Source data:

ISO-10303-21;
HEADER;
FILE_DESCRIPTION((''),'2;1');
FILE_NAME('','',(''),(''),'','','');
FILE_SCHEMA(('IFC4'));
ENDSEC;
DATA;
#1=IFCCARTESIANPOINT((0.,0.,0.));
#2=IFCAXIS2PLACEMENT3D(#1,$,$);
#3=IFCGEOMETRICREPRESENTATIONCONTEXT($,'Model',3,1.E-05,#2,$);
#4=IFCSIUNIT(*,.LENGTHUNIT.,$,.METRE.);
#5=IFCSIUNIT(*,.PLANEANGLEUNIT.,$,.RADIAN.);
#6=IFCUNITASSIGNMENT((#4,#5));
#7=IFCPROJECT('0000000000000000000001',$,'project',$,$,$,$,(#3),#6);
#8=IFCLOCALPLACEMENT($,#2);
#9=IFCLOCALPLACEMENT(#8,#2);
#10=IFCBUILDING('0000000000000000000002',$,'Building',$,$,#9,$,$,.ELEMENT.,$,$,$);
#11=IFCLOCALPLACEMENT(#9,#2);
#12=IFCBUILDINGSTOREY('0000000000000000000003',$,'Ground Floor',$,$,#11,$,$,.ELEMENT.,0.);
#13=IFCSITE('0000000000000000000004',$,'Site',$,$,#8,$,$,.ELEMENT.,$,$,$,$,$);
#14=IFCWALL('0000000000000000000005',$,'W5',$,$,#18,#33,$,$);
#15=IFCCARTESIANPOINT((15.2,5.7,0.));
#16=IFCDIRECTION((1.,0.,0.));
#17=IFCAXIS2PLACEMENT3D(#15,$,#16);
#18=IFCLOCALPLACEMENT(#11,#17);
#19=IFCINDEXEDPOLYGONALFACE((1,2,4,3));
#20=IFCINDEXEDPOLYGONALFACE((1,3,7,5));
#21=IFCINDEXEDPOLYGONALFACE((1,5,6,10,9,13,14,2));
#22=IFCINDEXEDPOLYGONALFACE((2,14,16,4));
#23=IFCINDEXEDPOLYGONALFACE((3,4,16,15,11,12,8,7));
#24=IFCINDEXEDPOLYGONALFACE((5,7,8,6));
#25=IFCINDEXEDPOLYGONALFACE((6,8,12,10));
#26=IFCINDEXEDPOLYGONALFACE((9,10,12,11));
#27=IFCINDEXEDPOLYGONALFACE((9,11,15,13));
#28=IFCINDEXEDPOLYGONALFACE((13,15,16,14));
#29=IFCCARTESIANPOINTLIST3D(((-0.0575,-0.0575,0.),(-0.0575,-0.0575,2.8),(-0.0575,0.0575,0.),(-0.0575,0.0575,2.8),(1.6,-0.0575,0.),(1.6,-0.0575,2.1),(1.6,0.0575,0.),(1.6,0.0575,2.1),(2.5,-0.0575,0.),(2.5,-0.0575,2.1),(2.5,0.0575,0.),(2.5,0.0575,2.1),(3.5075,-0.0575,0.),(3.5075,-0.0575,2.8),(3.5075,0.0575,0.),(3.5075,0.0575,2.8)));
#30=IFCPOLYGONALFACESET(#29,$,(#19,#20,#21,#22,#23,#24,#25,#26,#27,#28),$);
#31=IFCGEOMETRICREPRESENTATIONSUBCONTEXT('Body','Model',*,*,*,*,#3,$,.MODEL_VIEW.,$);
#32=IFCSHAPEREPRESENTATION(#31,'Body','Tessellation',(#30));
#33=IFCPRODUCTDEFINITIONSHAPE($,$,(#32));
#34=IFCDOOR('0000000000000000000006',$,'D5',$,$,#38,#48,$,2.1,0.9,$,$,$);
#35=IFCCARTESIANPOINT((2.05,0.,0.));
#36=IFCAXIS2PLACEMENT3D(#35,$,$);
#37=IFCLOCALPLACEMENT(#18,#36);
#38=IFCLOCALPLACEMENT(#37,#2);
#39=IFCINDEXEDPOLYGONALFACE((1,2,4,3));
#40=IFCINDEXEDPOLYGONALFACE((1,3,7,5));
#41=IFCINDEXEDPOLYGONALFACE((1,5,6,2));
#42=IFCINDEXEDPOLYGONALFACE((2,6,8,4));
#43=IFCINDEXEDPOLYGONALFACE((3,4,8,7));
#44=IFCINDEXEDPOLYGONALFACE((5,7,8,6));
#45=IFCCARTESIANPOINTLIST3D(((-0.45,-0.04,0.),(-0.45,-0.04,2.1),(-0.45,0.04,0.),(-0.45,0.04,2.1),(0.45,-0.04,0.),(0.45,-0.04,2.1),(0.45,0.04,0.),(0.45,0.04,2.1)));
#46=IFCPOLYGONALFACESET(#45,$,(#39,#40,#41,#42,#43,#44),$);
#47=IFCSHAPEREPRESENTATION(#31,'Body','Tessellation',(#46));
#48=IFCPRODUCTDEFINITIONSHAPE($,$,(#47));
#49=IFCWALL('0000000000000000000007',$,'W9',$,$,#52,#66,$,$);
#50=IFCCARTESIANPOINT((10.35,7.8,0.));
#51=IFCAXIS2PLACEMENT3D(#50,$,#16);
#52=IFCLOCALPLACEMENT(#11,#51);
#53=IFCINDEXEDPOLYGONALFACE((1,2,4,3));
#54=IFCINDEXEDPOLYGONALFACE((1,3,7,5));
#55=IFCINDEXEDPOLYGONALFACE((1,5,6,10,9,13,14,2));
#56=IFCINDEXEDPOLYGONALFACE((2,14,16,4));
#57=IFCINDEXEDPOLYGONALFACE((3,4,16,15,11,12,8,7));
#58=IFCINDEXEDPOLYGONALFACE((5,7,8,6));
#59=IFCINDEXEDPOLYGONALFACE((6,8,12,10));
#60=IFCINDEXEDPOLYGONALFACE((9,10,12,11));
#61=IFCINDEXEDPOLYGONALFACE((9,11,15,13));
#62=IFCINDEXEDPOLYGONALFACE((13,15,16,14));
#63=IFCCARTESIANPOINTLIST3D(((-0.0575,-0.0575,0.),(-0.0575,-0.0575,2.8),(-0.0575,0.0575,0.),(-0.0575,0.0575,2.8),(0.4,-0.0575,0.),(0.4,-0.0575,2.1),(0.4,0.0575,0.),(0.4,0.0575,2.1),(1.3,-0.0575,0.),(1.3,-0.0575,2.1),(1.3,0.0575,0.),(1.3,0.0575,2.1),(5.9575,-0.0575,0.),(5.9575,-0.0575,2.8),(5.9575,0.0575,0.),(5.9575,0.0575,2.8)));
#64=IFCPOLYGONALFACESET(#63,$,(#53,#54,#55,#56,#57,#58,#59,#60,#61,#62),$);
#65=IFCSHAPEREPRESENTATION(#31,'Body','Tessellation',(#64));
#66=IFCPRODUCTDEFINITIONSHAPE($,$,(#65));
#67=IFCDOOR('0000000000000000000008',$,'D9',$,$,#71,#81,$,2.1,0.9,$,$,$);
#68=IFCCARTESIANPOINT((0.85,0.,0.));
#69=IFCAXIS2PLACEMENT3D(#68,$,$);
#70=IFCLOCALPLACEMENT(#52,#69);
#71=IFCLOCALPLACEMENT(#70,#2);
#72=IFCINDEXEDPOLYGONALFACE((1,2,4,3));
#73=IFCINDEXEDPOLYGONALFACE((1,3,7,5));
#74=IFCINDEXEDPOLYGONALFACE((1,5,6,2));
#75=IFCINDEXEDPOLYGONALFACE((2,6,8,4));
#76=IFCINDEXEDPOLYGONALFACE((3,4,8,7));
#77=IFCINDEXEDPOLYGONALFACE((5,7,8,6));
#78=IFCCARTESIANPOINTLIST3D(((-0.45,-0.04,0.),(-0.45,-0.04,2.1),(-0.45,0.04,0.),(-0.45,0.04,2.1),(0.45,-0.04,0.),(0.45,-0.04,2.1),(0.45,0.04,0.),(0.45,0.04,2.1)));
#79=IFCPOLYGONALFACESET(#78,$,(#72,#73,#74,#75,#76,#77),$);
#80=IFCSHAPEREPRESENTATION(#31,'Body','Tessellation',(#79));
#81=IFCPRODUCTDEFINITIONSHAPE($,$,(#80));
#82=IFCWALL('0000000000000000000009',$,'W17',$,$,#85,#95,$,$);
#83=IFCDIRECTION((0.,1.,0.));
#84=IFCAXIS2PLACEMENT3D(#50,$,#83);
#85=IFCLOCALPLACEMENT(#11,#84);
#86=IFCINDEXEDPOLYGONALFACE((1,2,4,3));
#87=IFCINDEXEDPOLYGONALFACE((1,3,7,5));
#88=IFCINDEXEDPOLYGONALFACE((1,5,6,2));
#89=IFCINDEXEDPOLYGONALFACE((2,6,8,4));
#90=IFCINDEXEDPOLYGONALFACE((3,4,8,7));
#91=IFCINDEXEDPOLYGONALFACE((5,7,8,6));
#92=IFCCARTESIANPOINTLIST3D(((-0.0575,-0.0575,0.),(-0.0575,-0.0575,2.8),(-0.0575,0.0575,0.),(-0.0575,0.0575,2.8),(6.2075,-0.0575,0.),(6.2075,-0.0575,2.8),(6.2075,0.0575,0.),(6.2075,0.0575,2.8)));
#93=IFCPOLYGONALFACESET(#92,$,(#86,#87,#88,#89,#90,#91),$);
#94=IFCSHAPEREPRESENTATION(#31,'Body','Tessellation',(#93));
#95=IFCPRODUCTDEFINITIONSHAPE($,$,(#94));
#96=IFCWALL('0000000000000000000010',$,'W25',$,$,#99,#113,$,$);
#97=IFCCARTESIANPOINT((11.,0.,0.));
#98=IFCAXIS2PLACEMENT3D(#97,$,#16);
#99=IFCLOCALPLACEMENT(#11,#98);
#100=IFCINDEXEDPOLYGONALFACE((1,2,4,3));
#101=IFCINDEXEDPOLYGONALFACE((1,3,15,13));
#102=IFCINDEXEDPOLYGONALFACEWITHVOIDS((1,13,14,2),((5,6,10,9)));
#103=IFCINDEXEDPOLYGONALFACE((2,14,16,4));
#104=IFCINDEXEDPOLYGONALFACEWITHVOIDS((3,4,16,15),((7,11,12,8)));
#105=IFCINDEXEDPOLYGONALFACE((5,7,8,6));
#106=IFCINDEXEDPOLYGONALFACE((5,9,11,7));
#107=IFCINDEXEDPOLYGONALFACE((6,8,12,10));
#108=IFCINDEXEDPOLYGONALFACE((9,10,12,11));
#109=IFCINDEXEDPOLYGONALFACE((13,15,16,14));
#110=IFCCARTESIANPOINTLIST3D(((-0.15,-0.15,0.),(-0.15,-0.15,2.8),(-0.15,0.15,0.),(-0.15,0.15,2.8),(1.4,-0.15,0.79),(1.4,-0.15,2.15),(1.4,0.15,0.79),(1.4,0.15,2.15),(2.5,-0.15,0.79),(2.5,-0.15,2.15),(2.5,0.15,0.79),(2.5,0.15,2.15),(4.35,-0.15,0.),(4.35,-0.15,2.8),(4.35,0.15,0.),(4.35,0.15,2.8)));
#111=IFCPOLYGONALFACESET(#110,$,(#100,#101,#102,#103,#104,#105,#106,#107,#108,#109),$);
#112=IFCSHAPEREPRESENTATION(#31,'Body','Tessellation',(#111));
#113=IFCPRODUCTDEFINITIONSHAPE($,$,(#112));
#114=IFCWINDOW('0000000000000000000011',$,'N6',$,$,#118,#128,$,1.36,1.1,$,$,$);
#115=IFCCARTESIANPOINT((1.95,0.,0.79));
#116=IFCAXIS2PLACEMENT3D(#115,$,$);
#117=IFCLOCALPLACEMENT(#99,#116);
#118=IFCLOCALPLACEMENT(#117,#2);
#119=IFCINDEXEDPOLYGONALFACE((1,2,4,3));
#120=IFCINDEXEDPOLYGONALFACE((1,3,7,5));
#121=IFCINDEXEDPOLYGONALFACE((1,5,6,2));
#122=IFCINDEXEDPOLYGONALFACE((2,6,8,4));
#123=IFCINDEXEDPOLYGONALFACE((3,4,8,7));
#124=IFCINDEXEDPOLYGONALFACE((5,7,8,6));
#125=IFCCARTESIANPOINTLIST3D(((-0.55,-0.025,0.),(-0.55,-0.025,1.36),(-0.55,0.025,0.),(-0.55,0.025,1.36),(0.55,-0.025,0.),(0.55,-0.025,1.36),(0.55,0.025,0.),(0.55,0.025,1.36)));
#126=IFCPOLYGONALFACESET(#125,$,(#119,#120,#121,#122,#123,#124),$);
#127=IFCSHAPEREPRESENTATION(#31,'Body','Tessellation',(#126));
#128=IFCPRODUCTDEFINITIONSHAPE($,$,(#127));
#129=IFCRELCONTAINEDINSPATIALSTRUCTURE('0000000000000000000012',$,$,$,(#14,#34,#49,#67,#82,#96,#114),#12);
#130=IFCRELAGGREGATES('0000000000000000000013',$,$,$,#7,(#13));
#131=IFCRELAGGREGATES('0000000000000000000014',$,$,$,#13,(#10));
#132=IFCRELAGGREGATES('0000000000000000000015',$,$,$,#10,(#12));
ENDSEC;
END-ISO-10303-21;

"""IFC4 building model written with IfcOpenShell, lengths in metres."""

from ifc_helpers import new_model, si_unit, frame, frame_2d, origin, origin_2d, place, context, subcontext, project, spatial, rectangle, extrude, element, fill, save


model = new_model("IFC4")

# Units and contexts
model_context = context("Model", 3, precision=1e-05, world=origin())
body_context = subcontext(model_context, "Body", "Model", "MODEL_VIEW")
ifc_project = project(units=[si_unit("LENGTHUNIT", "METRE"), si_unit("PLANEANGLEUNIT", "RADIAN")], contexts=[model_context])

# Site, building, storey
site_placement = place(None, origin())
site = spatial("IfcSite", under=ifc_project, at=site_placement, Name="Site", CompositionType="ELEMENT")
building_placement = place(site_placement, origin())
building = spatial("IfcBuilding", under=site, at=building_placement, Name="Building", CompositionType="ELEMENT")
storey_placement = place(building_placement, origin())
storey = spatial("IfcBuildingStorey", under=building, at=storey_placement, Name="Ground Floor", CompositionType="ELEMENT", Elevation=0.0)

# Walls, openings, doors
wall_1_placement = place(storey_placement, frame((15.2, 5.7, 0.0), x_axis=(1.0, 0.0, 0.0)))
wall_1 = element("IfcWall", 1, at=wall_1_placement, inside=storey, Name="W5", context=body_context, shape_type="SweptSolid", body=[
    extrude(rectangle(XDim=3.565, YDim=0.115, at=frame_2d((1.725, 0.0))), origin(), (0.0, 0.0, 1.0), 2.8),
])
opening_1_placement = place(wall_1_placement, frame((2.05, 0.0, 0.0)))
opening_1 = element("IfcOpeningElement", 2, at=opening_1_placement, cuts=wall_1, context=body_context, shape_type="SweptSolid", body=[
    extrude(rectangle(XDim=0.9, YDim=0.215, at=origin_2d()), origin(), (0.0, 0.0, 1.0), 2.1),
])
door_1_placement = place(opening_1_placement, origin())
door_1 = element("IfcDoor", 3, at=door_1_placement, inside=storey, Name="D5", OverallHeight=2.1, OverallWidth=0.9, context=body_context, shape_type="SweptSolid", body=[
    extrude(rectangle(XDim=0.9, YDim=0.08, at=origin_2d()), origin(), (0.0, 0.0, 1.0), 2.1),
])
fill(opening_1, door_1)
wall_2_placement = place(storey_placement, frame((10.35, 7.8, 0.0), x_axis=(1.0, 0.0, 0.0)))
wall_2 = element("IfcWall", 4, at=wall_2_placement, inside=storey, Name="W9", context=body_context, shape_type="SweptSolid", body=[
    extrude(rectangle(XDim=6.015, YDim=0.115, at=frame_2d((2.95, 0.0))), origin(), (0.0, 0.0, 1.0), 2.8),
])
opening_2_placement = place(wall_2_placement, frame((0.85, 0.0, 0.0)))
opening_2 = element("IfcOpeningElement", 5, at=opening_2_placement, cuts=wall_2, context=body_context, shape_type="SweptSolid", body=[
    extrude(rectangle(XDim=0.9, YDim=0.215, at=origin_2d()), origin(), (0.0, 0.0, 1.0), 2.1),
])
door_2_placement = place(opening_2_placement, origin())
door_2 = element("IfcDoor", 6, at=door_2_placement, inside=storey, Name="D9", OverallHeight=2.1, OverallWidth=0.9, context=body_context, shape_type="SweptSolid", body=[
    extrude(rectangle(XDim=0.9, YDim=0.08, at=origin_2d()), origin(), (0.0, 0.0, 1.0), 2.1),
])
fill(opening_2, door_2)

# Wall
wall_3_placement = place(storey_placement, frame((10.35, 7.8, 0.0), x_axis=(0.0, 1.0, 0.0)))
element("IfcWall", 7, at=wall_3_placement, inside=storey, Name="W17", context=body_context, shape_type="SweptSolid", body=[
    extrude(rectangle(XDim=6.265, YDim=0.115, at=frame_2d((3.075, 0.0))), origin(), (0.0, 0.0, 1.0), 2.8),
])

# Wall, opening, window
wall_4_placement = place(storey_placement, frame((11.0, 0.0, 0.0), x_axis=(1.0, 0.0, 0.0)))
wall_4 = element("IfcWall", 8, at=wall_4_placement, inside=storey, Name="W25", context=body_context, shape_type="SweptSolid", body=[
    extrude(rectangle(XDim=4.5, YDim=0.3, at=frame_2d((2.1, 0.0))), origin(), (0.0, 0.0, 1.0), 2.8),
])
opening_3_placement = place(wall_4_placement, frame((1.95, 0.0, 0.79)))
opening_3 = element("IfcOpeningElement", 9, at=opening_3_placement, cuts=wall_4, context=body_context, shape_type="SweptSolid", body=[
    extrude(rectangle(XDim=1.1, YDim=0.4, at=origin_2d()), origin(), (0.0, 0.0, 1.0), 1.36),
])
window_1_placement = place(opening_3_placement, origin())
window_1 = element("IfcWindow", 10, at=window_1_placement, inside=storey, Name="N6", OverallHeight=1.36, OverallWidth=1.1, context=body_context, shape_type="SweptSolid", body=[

==

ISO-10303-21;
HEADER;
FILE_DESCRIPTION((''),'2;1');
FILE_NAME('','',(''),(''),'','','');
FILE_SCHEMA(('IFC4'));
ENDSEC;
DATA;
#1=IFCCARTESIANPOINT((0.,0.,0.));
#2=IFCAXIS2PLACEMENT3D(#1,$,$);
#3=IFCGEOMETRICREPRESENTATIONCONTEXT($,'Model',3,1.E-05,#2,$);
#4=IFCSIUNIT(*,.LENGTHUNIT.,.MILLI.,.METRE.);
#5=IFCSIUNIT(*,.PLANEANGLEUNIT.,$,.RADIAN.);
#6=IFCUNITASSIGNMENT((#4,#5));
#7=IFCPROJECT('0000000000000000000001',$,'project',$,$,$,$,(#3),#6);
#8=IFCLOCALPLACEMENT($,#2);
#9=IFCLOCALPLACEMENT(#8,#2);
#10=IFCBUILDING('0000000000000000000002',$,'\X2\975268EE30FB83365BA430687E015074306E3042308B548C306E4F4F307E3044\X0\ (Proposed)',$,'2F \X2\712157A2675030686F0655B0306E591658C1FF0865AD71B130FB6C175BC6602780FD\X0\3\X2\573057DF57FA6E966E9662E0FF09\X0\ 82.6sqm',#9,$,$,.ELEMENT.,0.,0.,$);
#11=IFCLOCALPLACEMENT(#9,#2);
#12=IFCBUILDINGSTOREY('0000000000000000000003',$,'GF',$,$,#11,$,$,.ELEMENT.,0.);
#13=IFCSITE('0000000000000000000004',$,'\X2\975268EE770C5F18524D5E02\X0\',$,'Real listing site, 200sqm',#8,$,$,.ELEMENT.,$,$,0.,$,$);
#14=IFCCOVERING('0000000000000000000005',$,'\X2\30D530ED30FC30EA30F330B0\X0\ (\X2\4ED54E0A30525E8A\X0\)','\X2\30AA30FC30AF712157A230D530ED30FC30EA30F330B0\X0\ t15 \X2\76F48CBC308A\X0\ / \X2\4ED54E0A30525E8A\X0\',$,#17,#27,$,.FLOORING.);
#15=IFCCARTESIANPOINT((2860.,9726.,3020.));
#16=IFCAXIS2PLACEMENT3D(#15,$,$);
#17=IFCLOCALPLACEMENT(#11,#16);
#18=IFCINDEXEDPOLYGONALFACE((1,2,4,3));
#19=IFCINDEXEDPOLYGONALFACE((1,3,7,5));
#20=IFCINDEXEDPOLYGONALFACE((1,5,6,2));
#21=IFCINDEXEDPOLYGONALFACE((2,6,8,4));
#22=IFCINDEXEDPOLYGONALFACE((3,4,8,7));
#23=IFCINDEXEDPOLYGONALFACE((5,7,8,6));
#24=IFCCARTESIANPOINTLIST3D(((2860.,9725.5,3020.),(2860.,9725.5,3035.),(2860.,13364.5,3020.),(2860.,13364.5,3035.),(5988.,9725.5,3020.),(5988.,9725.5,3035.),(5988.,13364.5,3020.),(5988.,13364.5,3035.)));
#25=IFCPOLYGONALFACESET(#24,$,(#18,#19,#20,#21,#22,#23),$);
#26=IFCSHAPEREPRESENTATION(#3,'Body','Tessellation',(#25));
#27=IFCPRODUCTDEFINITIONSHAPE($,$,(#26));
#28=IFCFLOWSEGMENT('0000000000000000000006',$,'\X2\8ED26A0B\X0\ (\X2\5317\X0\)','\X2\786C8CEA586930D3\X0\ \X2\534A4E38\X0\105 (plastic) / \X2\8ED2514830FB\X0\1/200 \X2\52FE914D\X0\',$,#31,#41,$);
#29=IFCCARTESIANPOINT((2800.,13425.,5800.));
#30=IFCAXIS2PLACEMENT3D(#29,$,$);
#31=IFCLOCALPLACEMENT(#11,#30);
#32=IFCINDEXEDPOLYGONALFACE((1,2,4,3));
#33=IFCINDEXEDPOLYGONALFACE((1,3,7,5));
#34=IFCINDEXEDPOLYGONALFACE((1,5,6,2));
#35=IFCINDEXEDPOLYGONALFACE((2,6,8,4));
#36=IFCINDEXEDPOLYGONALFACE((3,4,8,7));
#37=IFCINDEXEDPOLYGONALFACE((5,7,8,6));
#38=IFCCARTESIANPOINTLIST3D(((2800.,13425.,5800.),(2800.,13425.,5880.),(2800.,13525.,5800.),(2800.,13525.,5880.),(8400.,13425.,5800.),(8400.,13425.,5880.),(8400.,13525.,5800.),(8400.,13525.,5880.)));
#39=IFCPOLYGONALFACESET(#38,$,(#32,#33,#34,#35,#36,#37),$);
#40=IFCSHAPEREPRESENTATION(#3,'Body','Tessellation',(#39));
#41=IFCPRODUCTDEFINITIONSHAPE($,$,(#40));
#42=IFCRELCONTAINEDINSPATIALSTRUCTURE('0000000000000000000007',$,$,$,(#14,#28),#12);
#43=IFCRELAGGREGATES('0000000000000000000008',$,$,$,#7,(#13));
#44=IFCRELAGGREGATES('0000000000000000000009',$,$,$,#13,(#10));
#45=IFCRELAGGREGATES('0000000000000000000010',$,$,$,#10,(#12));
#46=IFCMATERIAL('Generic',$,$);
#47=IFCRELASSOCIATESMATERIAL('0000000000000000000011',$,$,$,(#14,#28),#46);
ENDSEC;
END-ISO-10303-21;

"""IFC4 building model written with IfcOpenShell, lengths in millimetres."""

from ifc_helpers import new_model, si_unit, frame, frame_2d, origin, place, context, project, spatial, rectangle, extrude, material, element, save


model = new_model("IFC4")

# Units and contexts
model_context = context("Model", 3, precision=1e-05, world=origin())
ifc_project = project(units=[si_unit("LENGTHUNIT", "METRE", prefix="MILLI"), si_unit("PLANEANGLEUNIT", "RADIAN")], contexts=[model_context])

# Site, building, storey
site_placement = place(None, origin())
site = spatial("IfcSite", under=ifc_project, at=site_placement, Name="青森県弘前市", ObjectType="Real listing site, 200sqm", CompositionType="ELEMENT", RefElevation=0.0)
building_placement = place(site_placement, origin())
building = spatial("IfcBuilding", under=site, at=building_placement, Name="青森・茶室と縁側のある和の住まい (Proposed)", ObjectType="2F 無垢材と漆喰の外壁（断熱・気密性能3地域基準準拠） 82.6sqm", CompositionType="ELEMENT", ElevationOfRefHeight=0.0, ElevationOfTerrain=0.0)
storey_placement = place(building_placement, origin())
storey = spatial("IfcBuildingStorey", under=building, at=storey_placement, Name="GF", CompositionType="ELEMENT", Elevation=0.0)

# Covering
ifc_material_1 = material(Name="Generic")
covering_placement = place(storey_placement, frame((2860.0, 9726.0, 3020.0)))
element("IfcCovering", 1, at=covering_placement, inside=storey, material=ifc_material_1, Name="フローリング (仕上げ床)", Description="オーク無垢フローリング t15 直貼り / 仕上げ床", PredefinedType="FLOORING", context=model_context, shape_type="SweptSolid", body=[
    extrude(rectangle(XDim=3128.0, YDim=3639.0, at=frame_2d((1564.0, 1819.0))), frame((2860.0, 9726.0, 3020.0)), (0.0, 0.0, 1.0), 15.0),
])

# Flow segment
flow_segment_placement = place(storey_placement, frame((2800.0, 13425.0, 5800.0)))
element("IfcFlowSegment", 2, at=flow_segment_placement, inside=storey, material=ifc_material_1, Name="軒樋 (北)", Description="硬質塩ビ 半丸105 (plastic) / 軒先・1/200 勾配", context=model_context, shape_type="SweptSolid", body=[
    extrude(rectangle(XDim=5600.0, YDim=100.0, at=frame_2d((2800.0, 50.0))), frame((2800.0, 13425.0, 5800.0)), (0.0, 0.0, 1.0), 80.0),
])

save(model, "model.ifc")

▸ HOW TO COMPLETE THIS TASK: Wherever a line of the entries holds the string "IFCDIRECTION", copy that line.

▸ THE COMPLETED TASK:
#16=IFCDIRECTION((1.,0.,0.));
#83=IFCDIRECTION((0.,1.,0.));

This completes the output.